Today is the second anniversary of the first direct detection of gravitational waves!

One of the incredible things about the GW150914, the first gravitational wave observed by LIGO, is how loud it was. People like to make a big deal about how you can just see it in the data. In the figure at the top you can “just see” the signal, because the data has been whitened and band-pass filtered. The LIGO noise is frequency dependent or colored. White noise, like white light is the same amplitude at all frequencies. In the figure below you can see the relative amplitude spectral density of the LIGO noise when GW150914 was observed.

The noise level varies by four orders of magnitude from the low frequencies to where LIGO is most sensitive, around 200 Hz. LIGO is sometimes said to have red noise because the noise is louder at low frequencies, similar to red light. Below we can look at the raw LIGO data from the two detectors side by side. Do you see a gravitational wave?

The data shows big slow oscillations with small fast oscillations on top. That’s precisely what red noise looks like. To see the gravitational wave we have to divide out the noise spectrum, down weighting the low frequency data.
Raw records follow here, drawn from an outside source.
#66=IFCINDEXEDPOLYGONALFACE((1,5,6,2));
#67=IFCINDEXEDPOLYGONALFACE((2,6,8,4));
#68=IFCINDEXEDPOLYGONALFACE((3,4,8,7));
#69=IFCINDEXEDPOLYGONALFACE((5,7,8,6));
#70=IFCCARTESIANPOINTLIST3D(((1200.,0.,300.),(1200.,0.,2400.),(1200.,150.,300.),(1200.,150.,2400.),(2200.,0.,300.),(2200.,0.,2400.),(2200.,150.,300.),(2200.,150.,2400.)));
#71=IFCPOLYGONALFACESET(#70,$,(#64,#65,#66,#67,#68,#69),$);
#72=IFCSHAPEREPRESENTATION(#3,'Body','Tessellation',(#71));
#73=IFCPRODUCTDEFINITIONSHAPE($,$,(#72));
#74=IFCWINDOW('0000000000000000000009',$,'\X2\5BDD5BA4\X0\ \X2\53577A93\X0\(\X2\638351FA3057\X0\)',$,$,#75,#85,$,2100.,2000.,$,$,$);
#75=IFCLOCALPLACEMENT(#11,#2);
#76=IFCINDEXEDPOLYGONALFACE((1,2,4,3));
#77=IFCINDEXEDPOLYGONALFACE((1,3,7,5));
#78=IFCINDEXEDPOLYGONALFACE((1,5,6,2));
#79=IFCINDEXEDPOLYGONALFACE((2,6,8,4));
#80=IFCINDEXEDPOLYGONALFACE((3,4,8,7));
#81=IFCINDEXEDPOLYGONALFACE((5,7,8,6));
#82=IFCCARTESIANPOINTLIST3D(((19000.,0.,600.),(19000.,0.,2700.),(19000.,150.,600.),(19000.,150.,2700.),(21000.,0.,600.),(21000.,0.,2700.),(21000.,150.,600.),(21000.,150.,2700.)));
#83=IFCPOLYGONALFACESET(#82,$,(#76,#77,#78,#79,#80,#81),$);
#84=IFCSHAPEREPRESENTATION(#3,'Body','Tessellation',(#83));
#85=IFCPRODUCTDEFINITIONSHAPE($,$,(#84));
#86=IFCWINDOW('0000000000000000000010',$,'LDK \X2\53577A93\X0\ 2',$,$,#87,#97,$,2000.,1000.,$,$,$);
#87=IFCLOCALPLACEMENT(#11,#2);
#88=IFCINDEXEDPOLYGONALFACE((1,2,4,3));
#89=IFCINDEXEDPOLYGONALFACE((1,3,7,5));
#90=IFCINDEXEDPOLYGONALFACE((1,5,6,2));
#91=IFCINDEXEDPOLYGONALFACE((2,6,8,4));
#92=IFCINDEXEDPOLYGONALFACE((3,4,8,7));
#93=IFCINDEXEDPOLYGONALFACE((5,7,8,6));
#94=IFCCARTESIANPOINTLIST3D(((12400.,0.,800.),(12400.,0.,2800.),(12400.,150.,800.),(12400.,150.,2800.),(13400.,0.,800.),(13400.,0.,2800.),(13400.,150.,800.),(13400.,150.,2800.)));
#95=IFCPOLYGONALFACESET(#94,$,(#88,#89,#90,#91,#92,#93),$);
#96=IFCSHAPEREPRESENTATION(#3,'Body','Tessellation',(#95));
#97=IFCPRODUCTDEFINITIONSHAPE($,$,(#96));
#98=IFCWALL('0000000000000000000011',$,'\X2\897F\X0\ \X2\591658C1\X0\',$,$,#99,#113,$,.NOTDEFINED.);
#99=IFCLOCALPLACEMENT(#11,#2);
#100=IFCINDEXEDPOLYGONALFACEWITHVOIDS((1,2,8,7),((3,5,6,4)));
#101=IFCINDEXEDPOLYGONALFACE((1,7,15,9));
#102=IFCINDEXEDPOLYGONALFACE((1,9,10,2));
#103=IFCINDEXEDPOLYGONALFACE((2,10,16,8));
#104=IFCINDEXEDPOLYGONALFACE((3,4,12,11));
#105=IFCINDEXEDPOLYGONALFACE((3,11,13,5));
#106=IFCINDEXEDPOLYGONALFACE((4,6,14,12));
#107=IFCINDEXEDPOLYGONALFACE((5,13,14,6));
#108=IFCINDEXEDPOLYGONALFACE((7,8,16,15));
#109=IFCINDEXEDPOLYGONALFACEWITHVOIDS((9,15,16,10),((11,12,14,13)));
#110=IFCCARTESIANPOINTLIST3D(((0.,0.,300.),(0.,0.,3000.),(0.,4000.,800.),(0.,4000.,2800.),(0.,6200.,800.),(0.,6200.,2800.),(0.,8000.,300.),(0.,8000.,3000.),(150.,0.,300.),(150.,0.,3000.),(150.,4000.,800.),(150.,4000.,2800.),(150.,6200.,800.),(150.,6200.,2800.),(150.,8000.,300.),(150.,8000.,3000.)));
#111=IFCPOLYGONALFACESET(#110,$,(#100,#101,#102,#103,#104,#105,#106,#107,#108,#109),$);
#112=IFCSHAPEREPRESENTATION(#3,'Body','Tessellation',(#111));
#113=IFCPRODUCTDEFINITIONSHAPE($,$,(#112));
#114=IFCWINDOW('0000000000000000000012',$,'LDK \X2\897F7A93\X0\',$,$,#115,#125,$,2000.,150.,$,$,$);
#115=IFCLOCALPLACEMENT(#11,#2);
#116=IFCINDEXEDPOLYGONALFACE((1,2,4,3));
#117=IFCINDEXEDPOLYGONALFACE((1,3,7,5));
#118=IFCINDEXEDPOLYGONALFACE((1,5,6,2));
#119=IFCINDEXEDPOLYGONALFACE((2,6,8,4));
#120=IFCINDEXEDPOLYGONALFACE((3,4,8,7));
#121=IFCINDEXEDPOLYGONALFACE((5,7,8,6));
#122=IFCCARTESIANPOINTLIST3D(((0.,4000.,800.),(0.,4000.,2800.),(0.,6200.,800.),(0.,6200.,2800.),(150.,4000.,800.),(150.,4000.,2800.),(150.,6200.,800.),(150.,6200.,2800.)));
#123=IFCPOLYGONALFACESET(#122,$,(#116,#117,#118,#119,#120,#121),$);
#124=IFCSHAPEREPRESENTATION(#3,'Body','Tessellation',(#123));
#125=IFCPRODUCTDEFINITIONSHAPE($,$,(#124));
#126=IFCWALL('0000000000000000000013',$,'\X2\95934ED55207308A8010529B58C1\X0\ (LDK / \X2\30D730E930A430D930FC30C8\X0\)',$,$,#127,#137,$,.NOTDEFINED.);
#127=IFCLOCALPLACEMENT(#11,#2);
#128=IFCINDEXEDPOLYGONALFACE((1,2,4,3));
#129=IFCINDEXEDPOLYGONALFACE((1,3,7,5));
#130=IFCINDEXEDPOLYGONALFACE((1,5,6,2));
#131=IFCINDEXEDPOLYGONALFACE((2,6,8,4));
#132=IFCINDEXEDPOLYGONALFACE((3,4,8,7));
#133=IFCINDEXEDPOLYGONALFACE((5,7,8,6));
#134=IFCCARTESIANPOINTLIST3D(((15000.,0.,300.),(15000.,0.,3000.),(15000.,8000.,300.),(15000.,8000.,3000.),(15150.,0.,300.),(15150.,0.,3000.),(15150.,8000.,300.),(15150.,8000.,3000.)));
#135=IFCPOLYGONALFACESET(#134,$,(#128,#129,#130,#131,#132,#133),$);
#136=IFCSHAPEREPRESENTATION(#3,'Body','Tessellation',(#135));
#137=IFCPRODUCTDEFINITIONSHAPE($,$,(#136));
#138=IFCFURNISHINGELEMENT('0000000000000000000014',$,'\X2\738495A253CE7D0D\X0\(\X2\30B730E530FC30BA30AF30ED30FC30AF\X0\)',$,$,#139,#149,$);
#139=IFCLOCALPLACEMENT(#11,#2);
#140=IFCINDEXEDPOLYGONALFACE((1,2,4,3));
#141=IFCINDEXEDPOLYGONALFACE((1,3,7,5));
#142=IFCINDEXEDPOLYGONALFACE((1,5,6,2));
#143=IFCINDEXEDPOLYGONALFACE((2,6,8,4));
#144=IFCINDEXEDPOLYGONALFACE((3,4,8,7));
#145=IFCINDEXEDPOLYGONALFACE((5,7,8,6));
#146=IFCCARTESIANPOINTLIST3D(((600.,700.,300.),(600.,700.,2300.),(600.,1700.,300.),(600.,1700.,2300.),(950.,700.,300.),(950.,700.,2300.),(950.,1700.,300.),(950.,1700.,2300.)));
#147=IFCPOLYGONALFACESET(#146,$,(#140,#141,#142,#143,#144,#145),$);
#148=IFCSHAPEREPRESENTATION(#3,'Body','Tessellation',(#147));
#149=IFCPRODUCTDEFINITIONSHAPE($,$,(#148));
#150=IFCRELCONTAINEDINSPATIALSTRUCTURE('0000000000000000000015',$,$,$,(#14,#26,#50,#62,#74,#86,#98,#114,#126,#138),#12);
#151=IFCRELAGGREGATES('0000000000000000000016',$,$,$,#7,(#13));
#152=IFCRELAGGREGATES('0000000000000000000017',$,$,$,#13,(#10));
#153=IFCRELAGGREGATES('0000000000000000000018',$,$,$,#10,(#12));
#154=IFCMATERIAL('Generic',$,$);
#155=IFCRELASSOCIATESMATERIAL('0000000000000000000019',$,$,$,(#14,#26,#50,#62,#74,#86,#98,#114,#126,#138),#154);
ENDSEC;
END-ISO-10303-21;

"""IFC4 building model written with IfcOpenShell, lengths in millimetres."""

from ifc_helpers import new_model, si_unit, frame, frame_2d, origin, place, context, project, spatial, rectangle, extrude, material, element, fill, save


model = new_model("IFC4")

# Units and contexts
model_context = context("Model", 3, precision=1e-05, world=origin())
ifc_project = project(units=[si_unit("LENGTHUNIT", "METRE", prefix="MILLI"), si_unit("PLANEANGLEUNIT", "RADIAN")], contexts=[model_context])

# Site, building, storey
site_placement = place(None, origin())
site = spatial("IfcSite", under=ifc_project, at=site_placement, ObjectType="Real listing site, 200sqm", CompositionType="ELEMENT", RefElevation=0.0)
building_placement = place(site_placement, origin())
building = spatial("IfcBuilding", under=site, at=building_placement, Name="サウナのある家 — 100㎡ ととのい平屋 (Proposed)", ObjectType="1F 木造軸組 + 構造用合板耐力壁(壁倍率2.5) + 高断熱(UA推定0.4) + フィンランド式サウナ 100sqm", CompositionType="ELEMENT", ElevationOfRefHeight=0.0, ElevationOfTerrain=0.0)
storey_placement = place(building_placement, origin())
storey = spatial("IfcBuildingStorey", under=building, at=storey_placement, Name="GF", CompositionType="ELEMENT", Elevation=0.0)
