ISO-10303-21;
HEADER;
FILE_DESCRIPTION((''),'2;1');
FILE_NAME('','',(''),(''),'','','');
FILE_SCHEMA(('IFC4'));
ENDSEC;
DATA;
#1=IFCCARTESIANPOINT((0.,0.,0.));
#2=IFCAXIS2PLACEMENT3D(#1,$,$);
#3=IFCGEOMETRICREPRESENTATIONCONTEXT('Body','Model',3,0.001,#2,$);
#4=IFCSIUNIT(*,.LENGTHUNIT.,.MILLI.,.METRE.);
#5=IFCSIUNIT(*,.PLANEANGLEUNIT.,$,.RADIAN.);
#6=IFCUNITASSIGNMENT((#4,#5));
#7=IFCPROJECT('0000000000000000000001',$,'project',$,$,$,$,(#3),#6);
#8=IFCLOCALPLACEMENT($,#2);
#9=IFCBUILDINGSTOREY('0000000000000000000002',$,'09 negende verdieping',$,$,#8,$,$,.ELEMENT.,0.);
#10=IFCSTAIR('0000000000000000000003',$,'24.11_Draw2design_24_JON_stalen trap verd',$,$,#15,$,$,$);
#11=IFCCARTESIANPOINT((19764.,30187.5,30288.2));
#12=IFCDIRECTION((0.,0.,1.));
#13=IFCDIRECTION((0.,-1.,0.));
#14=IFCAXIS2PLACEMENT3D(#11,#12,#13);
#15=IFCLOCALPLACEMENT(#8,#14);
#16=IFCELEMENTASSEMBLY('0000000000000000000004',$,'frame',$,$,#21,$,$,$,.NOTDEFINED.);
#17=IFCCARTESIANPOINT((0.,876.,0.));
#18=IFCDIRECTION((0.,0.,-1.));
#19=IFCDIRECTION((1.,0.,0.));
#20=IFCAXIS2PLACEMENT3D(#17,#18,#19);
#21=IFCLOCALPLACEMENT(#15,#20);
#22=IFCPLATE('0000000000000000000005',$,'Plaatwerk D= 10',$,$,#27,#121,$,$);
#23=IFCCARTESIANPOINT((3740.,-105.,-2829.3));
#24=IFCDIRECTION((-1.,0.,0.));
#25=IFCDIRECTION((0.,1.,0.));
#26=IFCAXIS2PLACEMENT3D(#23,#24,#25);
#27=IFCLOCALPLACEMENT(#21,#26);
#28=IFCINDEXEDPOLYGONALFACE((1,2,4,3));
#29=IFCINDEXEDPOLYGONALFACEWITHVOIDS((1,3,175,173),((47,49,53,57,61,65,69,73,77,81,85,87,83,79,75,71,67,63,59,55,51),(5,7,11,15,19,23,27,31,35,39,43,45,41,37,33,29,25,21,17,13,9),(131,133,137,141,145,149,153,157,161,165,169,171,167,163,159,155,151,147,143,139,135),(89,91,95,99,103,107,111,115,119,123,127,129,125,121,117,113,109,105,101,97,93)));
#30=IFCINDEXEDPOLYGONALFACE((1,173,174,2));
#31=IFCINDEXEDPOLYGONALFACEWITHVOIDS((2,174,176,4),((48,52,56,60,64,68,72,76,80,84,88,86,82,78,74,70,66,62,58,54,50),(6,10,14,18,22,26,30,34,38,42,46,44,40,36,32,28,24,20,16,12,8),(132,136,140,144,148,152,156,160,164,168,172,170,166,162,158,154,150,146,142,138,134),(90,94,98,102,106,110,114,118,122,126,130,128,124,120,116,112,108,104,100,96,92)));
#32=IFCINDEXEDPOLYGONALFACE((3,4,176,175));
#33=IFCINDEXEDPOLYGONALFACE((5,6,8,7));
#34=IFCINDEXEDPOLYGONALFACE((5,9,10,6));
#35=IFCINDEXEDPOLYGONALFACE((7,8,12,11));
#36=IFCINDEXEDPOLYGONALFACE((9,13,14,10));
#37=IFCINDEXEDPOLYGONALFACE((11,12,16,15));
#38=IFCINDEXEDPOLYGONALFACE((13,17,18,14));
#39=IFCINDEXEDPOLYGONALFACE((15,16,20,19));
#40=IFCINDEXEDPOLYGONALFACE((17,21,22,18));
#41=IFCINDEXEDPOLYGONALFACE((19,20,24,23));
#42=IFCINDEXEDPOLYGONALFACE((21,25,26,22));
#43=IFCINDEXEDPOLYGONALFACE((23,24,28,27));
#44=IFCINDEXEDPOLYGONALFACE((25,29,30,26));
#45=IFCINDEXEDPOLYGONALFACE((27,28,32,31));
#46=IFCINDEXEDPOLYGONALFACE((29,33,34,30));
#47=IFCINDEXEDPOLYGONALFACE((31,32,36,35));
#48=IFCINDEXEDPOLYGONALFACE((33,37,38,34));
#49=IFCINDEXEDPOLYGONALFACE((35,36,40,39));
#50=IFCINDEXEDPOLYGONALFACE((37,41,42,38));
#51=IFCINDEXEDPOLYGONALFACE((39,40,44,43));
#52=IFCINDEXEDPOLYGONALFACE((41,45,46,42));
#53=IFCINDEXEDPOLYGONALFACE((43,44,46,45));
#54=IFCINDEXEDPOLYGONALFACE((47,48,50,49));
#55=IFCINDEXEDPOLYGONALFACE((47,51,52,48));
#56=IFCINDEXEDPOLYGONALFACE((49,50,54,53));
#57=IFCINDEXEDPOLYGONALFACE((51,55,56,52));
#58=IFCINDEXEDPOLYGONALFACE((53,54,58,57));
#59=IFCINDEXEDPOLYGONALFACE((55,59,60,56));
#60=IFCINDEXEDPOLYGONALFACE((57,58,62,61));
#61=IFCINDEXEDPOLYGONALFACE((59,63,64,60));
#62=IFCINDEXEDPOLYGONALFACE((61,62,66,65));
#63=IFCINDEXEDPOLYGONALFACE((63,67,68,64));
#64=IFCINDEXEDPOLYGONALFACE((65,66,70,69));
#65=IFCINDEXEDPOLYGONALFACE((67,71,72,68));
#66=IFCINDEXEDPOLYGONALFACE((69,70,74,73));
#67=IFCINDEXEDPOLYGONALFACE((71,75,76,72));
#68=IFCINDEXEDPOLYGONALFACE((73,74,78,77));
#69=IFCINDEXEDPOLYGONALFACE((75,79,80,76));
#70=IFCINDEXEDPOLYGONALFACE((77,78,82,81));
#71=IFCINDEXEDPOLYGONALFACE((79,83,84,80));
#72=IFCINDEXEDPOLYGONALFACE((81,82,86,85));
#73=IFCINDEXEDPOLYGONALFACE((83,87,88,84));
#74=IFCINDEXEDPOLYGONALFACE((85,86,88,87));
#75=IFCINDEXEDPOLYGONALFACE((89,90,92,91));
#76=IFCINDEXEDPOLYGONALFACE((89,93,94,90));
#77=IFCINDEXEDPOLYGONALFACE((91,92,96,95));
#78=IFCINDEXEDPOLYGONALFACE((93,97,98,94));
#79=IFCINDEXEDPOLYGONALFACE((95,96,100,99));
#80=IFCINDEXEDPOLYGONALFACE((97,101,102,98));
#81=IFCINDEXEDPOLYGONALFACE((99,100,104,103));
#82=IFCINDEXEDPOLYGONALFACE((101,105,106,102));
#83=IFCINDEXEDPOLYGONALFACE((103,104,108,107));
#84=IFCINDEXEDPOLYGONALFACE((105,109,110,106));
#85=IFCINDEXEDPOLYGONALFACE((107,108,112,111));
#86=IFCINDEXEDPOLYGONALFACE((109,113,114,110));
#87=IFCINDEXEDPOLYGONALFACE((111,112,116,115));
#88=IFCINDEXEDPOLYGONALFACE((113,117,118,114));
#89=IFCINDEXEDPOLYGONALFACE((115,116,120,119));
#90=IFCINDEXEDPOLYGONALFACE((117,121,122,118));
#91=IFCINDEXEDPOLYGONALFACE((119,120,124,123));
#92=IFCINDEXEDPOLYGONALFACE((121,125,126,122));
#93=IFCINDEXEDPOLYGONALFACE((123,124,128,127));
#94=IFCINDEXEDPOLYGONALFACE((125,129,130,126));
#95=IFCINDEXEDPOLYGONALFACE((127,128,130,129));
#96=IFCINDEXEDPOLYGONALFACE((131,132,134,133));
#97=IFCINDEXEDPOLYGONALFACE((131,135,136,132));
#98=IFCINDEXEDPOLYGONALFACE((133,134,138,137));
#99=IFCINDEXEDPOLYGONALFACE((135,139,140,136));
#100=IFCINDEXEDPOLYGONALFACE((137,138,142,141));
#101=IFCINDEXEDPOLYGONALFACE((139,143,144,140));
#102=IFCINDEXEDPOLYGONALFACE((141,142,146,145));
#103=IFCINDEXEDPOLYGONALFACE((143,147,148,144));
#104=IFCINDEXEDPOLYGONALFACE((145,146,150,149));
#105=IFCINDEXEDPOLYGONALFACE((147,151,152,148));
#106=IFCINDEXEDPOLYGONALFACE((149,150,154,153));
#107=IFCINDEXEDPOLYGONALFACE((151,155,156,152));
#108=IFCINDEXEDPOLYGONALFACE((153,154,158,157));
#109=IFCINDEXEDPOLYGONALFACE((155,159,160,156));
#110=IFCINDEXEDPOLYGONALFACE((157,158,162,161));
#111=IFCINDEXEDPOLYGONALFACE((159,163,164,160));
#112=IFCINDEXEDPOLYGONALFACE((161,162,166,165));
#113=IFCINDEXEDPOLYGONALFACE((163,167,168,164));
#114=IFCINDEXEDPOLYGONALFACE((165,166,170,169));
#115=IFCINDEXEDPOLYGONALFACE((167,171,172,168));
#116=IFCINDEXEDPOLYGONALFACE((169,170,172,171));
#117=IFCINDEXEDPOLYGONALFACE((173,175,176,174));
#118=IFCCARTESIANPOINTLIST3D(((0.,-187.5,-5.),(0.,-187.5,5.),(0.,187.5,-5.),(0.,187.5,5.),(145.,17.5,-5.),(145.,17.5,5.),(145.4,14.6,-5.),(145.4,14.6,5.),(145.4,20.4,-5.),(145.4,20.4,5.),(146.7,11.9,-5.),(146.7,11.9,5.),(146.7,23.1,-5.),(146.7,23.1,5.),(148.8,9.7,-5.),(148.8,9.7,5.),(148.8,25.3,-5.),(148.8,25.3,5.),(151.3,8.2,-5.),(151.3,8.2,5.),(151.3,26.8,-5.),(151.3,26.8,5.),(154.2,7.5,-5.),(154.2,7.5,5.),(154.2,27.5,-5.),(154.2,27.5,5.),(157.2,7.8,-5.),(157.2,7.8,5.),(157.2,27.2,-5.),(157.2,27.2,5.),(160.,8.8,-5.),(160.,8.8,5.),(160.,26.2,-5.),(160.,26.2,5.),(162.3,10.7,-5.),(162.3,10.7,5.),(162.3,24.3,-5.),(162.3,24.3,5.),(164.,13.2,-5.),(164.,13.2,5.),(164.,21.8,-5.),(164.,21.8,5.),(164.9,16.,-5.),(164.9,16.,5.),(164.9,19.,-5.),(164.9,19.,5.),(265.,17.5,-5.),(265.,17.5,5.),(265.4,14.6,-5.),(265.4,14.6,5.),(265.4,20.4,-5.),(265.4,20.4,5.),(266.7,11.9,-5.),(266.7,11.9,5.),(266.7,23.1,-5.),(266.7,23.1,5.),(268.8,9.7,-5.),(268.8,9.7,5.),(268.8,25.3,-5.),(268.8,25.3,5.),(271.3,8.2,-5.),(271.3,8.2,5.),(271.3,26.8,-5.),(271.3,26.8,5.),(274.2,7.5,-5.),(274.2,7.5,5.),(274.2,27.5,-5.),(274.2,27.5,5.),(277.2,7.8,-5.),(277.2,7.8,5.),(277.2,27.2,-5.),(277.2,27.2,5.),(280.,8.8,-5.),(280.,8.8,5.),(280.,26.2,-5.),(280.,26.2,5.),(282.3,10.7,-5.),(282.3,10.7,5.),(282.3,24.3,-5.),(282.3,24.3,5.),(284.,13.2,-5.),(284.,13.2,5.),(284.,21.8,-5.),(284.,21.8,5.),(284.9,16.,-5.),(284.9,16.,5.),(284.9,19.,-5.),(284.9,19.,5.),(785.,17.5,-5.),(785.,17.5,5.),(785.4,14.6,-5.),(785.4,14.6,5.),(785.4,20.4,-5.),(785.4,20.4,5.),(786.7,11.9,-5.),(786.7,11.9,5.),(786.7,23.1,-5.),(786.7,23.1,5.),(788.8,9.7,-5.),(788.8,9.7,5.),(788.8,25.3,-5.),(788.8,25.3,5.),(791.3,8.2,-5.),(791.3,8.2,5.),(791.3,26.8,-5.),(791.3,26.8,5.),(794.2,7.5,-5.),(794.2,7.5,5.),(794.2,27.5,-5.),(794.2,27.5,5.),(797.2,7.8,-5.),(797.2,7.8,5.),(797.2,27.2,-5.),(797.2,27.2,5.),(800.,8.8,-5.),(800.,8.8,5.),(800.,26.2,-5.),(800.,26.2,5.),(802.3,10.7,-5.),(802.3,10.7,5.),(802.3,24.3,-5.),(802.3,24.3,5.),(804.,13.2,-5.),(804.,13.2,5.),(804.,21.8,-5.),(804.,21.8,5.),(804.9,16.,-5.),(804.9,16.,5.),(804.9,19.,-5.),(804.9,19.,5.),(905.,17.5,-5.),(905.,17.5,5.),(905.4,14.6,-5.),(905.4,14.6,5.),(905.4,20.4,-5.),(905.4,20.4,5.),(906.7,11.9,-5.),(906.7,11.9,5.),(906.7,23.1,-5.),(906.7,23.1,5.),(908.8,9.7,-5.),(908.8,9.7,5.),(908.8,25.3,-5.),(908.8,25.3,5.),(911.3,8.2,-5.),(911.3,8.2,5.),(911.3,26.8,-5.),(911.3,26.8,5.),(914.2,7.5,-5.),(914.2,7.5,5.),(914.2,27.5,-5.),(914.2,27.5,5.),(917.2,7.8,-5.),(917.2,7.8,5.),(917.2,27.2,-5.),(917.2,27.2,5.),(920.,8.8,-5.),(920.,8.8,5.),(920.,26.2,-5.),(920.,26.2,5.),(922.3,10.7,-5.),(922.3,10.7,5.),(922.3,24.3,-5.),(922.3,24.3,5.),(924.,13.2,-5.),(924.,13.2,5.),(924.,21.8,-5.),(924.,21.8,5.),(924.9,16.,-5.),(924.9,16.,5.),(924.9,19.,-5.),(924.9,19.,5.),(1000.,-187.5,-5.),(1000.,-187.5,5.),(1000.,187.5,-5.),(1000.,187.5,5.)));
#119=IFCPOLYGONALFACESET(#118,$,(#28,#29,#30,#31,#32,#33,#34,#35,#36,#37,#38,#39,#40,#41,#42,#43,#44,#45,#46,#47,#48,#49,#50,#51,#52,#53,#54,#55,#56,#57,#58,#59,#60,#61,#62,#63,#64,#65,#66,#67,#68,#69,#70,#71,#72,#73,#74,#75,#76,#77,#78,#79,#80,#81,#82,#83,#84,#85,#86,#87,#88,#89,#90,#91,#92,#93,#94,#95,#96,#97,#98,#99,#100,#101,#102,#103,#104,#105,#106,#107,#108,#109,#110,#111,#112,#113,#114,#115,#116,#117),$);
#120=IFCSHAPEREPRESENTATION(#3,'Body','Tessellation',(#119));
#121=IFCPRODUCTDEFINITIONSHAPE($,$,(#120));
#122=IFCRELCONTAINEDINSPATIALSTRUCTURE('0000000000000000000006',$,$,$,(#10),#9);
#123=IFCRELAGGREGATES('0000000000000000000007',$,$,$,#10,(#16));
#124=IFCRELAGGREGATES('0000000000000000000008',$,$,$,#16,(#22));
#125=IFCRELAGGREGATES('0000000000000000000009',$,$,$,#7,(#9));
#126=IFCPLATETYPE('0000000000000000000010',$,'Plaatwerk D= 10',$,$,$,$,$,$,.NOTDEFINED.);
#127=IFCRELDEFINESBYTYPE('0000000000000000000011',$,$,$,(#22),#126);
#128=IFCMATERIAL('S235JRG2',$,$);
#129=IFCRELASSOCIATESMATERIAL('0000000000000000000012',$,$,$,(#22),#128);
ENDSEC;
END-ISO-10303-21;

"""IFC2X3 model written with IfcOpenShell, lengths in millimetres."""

from ifc_helpers import new_model, si_unit, frame, origin, origin_2d, place, context, project, spatial, rectangle, circle, extrude, source, transform, mapped, material, type_object, element, aggregate, save


model = new_model("IFC2X3")

# Units and contexts
model_context = context("Model", 3, precision=0.001, world=origin(), identifier="Body")
ifc_project = project(units=[si_unit("LENGTHUNIT", "METRE", prefix="MILLI"), si_unit("PLANEANGLEUNIT", "RADIAN")], contexts=[model_context])

# Storey
storey_placement = place(None, origin())
storey = spatial("IfcBuildingStorey", under=ifc_project, at=storey_placement, Name="09 negende verdieping", CompositionType="ELEMENT", Elevation=0.0)

# Stair
stair_placement = place(storey_placement, frame((19764.0, 30187.5, 30288.2), z_axis=(0.0, 0.0, 1.0), x_axis=(0.0, -1.0, 0.0)))
stair = element("IfcStair", 1, at=stair_placement, inside=storey, Name="24.11_Draw2design_24_JON_stalen trap verd")
ifc_material_1 = material(Name="S235JRG2")

# Element assembly
assembly_placement = place(stair_placement, frame((0.0, 876.0, 0.0), z_axis=(0.0, 0.0, -1.0), x_axis=(1.0, 0.0, 0.0)))
assembly = element("IfcElementAssembly", 2, at=assembly_placement, Name="frame", PredefinedType="NOTDEFINED")
aggregate(stair, [assembly])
This also has the effect of setting an amplitude scale.

If the data is just noise, and you divide by the average noise, you should get about 1. If there is loud signal the scaled data should be greater than 1. The whitened data is scaled to the instantaneous signal to noise ratio (SNR).

You can see in the whitened data at the top that the noise bounces around between +1 and -1. If you add up the signal for its whole duration, you would get the total SNR. This is done in practice by integrating the square of the whitened data, which gives the SNR-squared.

Other ways to see GW150914

Another way to “just see” GW150914 in the data is by looking at spectrograms. Spectrograms give information about the amplitude of the signal in both time and frequency. In the spectrograms below you can see the characteristic chirp of a binary merger. The frequency increases with time.

This spectrogram was made by taking a wavelet transform of the data. Spectrograms are a good representation of gravitational wave bursts, that are compact in both time and frequncy That is to say that they are short duration and dominated by a small range of frequencies. In a later post I’ll explain how you can detect bursts of gravitational waves, like GW150914, using wavelets.

As a teaser, you can oogle a time domain reconstruction of GW150914 using a wavelet denoising algorithm.


For this post I used data available from the LIGO Open Science Center (LOSC). The analysis and plots were made in a Jupyter notebook available on my github.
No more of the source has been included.